--- START ---

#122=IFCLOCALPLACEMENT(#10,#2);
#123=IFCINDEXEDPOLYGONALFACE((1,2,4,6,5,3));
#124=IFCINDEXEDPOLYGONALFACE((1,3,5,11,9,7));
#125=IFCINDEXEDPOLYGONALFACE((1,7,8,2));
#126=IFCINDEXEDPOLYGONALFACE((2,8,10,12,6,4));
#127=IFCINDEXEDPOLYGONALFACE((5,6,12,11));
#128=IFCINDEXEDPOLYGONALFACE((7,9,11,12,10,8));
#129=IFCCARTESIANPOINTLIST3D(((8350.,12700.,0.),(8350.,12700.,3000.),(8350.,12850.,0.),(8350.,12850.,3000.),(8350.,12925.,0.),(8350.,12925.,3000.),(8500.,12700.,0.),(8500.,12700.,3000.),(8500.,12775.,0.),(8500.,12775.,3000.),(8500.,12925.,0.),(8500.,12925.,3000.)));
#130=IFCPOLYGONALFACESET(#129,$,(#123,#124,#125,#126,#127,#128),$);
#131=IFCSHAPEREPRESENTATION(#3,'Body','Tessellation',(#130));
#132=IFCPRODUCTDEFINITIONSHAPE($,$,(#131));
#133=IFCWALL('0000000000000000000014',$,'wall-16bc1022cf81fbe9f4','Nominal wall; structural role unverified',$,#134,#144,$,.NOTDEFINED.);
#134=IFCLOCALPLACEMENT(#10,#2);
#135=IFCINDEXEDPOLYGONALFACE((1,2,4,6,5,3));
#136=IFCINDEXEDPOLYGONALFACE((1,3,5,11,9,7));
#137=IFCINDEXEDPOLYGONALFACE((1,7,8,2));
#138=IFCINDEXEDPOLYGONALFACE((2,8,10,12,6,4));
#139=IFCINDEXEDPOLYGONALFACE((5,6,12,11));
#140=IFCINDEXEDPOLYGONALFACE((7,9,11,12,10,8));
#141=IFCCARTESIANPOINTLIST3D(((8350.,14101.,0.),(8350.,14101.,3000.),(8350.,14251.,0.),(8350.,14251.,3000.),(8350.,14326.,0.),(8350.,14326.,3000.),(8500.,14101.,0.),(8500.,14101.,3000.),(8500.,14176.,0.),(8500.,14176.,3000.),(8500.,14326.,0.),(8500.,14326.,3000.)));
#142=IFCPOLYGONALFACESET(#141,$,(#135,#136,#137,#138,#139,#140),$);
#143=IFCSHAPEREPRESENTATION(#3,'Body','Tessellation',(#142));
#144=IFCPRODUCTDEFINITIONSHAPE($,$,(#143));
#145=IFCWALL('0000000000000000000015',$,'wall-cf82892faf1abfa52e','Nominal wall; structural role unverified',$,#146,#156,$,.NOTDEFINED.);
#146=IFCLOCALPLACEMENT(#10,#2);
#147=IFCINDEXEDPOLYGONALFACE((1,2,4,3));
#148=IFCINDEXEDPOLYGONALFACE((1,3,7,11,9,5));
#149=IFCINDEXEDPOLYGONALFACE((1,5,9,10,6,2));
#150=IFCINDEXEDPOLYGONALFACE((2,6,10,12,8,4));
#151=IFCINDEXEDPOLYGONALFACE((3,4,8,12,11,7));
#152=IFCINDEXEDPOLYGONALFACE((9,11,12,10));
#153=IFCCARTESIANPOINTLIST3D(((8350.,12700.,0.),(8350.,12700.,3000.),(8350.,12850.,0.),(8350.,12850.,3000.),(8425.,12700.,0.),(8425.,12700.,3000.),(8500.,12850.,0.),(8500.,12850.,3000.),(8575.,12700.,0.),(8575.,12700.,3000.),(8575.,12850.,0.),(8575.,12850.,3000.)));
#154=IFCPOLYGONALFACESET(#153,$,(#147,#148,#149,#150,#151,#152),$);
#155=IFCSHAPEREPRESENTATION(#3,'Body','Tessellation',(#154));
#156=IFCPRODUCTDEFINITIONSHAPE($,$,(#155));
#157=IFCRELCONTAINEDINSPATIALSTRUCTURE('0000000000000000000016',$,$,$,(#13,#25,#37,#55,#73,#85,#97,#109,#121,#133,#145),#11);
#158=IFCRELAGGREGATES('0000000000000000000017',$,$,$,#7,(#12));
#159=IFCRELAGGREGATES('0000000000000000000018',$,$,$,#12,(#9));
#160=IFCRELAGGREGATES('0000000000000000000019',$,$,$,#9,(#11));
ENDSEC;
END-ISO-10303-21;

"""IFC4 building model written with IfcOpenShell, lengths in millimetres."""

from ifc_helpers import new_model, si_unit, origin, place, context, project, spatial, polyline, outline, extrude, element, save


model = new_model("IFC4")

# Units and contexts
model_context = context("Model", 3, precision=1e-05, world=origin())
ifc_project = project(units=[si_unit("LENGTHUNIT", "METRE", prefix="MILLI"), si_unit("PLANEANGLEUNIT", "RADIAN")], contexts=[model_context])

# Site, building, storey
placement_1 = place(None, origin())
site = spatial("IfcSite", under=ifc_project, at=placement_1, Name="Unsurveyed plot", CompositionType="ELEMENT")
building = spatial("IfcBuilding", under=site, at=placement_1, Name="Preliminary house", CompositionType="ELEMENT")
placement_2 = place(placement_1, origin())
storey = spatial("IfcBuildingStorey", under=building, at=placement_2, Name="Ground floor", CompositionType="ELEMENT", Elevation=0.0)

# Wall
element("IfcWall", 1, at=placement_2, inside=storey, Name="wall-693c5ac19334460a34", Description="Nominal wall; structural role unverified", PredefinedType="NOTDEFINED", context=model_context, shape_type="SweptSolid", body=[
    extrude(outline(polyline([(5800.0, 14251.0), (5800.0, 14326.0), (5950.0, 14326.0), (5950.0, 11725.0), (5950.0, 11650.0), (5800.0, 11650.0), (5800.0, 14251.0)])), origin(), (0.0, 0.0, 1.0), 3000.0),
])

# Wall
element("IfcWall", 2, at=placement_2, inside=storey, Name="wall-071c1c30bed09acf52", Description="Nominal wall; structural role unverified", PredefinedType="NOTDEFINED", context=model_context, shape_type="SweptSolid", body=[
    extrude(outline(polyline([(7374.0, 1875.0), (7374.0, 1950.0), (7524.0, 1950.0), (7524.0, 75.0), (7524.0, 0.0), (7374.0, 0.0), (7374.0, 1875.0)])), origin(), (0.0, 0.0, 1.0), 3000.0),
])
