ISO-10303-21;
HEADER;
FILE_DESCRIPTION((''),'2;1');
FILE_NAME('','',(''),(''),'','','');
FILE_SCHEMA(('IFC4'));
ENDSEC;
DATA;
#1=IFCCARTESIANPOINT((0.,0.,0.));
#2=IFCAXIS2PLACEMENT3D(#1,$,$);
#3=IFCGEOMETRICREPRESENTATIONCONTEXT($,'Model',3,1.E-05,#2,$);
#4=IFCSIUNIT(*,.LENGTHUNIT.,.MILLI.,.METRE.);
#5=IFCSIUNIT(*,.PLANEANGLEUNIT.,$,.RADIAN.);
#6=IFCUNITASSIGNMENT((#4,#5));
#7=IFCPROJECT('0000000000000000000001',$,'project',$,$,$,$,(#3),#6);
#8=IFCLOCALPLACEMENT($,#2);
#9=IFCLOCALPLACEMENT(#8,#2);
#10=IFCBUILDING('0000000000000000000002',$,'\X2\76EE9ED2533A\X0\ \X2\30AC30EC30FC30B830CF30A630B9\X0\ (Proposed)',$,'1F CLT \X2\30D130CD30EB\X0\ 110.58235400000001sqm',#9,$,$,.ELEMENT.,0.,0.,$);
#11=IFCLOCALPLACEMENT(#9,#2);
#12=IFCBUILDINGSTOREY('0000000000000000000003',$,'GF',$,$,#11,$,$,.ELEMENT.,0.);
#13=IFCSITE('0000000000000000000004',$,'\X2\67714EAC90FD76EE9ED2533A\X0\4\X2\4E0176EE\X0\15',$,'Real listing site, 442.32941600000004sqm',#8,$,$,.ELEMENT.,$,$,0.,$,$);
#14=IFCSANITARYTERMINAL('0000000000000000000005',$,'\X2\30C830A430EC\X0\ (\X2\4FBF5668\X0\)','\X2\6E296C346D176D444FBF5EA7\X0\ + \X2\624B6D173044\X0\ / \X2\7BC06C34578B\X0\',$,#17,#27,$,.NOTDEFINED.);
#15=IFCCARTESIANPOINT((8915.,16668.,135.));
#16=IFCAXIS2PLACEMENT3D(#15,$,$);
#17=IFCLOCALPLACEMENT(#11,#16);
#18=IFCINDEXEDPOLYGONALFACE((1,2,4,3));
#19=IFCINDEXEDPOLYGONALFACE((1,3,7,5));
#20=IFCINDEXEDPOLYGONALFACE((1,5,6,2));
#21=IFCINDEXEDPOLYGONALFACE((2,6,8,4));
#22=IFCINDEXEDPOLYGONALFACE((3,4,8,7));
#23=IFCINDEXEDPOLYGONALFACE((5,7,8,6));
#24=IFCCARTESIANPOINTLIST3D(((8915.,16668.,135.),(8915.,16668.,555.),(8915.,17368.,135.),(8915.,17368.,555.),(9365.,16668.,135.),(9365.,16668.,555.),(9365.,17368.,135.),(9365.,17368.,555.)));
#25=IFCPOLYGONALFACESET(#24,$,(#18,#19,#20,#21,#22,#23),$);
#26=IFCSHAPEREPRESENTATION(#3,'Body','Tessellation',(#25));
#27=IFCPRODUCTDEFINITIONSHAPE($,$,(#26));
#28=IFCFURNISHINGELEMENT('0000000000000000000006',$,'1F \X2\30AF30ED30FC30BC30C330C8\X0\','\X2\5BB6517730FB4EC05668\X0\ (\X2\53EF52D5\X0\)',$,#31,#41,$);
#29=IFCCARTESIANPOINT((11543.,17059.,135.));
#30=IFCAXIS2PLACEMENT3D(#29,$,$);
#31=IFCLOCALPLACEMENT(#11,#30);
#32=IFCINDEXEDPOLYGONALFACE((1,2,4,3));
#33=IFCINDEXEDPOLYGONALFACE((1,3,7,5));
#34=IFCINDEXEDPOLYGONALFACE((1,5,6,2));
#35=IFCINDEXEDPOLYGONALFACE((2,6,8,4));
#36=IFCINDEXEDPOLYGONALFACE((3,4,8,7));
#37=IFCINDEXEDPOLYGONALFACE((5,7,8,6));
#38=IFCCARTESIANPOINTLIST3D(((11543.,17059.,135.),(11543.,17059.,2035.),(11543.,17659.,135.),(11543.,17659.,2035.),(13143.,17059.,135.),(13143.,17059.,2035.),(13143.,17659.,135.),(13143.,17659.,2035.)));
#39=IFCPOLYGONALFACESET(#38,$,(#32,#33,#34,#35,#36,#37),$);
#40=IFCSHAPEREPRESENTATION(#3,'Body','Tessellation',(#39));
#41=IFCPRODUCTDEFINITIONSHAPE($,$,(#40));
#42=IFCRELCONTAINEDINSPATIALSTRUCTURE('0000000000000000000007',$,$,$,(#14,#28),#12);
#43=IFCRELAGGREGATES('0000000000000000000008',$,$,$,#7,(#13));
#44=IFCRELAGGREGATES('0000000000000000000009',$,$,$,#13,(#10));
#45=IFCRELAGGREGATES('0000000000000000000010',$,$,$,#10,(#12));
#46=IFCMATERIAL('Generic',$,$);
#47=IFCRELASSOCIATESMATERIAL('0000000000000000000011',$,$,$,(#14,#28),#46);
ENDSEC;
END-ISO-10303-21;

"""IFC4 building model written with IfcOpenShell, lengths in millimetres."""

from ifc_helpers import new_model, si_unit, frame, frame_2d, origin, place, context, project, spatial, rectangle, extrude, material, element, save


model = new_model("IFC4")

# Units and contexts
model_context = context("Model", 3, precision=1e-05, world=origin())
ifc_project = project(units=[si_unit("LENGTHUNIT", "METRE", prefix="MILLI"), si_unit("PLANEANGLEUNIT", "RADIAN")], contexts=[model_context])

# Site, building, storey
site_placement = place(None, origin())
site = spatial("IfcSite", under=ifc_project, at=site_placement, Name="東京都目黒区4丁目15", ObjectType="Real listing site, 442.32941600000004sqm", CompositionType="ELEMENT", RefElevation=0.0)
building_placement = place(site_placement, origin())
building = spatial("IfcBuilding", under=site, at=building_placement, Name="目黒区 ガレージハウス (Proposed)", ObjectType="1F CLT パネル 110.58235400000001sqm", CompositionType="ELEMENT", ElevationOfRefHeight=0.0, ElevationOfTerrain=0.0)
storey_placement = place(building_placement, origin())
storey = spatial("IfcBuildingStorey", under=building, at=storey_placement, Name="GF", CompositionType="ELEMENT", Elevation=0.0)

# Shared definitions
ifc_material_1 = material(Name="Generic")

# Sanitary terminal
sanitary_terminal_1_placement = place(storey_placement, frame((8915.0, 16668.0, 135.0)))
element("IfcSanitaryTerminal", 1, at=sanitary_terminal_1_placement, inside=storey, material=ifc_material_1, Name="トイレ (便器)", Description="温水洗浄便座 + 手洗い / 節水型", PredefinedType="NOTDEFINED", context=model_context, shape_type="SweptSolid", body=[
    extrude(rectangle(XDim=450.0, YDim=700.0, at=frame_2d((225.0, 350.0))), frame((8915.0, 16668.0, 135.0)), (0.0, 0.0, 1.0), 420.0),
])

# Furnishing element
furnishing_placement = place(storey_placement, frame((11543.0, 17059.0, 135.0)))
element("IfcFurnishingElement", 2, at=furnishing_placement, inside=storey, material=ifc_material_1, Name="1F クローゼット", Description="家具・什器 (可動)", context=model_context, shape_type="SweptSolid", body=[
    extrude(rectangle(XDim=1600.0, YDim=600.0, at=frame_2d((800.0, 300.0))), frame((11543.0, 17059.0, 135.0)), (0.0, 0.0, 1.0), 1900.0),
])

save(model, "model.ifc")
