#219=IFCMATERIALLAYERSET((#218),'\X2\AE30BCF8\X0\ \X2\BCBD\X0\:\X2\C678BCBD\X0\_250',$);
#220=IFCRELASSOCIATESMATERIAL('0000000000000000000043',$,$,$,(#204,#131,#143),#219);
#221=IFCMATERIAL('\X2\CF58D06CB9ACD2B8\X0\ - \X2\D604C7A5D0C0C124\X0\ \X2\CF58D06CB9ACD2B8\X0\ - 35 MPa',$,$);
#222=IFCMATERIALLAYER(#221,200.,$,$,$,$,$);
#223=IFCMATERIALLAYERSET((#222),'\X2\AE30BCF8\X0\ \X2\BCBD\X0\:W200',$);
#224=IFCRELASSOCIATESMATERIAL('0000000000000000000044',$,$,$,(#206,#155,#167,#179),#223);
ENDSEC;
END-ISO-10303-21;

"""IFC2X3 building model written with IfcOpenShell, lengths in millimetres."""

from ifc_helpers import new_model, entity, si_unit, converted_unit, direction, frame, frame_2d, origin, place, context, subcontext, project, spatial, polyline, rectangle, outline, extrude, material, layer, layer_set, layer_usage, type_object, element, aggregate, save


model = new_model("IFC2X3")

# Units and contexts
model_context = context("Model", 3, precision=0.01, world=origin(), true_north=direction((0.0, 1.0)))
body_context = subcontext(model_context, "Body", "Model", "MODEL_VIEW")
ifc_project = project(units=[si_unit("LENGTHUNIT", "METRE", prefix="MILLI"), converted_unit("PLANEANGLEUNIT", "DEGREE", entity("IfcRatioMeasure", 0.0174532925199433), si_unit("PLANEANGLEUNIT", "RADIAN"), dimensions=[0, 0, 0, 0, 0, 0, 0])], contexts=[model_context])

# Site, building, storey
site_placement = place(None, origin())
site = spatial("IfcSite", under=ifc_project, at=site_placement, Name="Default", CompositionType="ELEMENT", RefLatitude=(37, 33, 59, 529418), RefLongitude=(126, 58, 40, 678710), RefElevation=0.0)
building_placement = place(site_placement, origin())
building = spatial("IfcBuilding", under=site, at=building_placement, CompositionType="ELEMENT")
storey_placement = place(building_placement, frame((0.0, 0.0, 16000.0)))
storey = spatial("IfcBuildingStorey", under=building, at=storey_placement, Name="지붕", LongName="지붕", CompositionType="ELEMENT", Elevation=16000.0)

--- END ---

**ABOUT THIS EXERCISE:**
Copy out all lines from the records where the word "IFCPOLYGONALFACESET" appears.

**RESPONSE:**
#130=IFCPOLYGONALFACESET(#129,$,(#123,#124,#125,#126,#127,#128),$);
#142=IFCPOLYGONALFACESET(#141,$,(#135,#136,#137,#138,#139,#140),$);
#154=IFCPOLYGONALFACESET(#153,$,(#147,#148,#149,#150,#151,#152),$);
#25=IFCPOLYGONALFACESET(#24,$,(#18,#19,#20,#21,#22,#23),$);
#39=IFCPOLYGONALFACESET(#38,$,(#32,#33,#34,#35,#36,#37),$);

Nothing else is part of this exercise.